Pneumonia cavitation

Pneumonia cavitation

If pneumonia is not treated well, it will turn into pulmonary cavitation. If this happens, your condition will become very serious, and to a certain extent, there is no way to treat it well. It is best to diagnose your symptoms as soon as possible, otherwise it will cause a lot of complications. The most serious symptom is what people often call lung cancer.

1. Confirm the diagnosis of pneumonia

First, it is important to distinguish pneumonia from upper and lower respiratory tract infections. Although respiratory tract infections have symptoms such as cough, sputum and fever, they each have their own characteristics. Upper and lower respiratory tract infections do not have lung parenchymal infiltration and can be distinguished by chest X-ray examination. Second, pneumonia must be distinguished from other pneumonia-like conditions.

2. Pneumonia often needs to be differentiated from the following diseases:

(1) Pulmonary tuberculosis often presents with systemic poisoning symptoms, such as low-grade fever in the afternoon, night sweats, fatigue, weight loss, insomnia, palpitations, etc. Chest X-rays show that the lesions are mostly at the apex of the lung or above and below the clavicle, with uneven density, slow dissipation, and may form cavities or spread within the lungs. Mycobacterium tuberculosis can be found in sputum. General antibacterial drug treatment is ineffective.

(2) Lung cancer: There are usually no symptoms of acute infection or poisoning. Sometimes there is hemoptysis or blood in sputum, which may be accompanied by obstructive pneumonia. The effect of antibiotic treatment may not be good. Enlarged hilar lymph nodes or atelectasis may be seen on imaging. If lung inflammation is not easily absorbed after antibiotic treatment, or if pneumonia reappears in the same area after temporary absorption, close follow-up is required. For patients with a history of smoking and older patients, further examinations such as chest CT, bronchoscopy and sputum exfoliated cells can be performed to confirm the diagnosis if necessary.
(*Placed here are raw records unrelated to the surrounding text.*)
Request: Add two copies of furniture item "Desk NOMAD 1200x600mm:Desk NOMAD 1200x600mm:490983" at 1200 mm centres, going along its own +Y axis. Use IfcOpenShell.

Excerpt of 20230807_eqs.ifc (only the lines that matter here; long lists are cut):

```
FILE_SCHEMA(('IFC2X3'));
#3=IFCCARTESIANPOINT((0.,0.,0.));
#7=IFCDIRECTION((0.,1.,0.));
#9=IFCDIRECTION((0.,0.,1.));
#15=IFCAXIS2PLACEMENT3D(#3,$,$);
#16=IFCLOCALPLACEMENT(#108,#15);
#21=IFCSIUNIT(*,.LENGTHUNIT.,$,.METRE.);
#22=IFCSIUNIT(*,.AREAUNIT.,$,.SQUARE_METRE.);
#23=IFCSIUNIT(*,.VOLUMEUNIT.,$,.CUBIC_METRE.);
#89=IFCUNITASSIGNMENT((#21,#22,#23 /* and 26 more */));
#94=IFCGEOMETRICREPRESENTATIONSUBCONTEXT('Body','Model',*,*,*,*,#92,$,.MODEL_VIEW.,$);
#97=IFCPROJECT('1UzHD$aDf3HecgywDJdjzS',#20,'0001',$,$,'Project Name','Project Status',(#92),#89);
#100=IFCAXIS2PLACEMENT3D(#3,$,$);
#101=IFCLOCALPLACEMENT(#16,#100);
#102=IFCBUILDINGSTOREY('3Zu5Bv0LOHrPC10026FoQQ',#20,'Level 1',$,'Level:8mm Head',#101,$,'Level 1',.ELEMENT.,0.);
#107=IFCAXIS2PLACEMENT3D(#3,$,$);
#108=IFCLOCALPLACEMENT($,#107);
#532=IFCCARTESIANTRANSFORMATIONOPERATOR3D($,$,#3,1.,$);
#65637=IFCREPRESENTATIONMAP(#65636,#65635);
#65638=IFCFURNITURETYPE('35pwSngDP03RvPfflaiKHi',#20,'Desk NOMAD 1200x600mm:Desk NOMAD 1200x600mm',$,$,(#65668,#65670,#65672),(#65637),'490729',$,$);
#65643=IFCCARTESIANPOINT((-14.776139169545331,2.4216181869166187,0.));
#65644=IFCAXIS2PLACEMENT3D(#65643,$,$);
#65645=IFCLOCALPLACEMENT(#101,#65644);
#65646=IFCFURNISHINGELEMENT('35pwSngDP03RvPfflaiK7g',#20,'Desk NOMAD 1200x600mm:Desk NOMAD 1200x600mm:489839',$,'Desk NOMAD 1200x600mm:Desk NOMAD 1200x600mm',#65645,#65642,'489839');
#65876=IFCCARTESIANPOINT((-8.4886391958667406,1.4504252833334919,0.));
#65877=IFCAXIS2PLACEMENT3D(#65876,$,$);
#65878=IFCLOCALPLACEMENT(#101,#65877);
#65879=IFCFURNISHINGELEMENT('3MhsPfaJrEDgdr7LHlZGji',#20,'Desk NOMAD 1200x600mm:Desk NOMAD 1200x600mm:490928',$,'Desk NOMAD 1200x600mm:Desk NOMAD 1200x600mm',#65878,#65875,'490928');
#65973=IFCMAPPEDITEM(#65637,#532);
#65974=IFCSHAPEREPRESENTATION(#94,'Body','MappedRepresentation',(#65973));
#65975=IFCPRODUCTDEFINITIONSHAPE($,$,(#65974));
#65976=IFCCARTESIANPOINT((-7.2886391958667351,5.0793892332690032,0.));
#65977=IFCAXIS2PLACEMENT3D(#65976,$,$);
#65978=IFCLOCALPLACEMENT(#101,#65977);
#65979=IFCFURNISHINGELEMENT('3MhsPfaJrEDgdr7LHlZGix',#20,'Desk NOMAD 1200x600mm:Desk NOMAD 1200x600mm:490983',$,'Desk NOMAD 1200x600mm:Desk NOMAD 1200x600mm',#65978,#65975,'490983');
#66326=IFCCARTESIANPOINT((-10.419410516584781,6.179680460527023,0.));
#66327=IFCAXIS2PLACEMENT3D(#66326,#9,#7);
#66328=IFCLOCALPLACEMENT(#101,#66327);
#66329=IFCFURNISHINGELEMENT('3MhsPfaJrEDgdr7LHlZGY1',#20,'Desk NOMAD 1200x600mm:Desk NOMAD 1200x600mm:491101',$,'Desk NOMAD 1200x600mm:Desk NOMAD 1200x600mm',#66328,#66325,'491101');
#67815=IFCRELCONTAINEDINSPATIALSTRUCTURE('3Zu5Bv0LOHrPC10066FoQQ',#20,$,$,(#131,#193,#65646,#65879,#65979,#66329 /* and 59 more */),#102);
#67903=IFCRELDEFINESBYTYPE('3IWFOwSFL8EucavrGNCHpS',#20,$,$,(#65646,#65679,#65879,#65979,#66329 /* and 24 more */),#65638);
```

```python
import ifcopenshell
import ifcopenshell.api.geometry
import ifcopenshell.api.root
import ifcopenshell.util.element
import ifcopenshell.util.placement

model = ifcopenshell.open("20230807_eqs.ifc")


def reuse_history(source, copy):
    """copy_class also copies each property set's owner history, people and application; keep the originals."""
    for rel in copy.IsDefinedBy:
        if rel.is_a("IfcRelDefinesByProperties") and (history := rel.RelatingPropertyDefinition.OwnerHistory):
            rel.RelatingPropertyDefinition.OwnerHistory = source.OwnerHistory
            ifcopenshell.util.element.remove_deep2(model, history)


source = model.by_guid("3MhsPfaJrEDgdr7LHlZGix")
base = ifcopenshell.util.placement.get_local_placement(source.ObjectPlacement)
step = base[:3, 1] * 1.2

for i in range(1, 3):
    copy = ifcopenshell.api.root.copy_class(model, product=source)
    copy.Representation = ifcopenshell.util.element.copy_deep(
        model, source.Representation, exclude=["IfcGeometricRepresentationContext", "IfcRepresentationMap"]
    )
    copy.Name = "Desk NOMAD 1200x600mm:Desk NOMAD 1200x600mm"
    copy.Tag = None
    reuse_history(source, copy)
    matrix = base.copy()
    matrix[:3, 3] += i * step
    print("added at", matrix[:3, 3].round(3) + 0.0)
    ifcopenshell.api.geometry.edit_object_placement(model, product=copy, matrix=matrix, is_si=False)

model.write("20230807_eqs_rev.ifc")
```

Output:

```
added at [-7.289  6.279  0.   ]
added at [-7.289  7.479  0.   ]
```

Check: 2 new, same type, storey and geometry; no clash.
(3) The early clinical manifestations of acute lung abscess are similar to those of pneumococcal pneumonia. However, as the course of the disease progresses, a large amount of purulent and smelly sputum may be coughed up, which is a characteristic of lung abscess. Chest X-ray shows abscess cavity and air-fluid level, which can be easily differentiated from pneumonia.

(4) Pulmonary thromboembolism often has risk factors for venous thrombosis, such as thrombophlebitis, cardiopulmonary disease, trauma, surgery, and tumor history. Symptoms such as hemoptysis, syncope, and dyspnea may occur. Chest X-rays show regional reduction in lung markings, and sometimes wedge-shaped shadows with the tip pointing to the hilum of the lung can be seen. Arterial blood gas analysis often shows hypoxemia and hypocapnia. Tests such as D-dimer, CT pulmonary angiography, radionuclide lung ventilation/perfusion scanning, and MRI can help with the differential diagnosis.

(5) Non-infectious pulmonary infiltrates also need to exclude non-infectious lung diseases, such as pulmonary interstitial fibrosis, pulmonary edema, atelectasis, pulmonary eosinophilic infiltration and pulmonary vasculitis.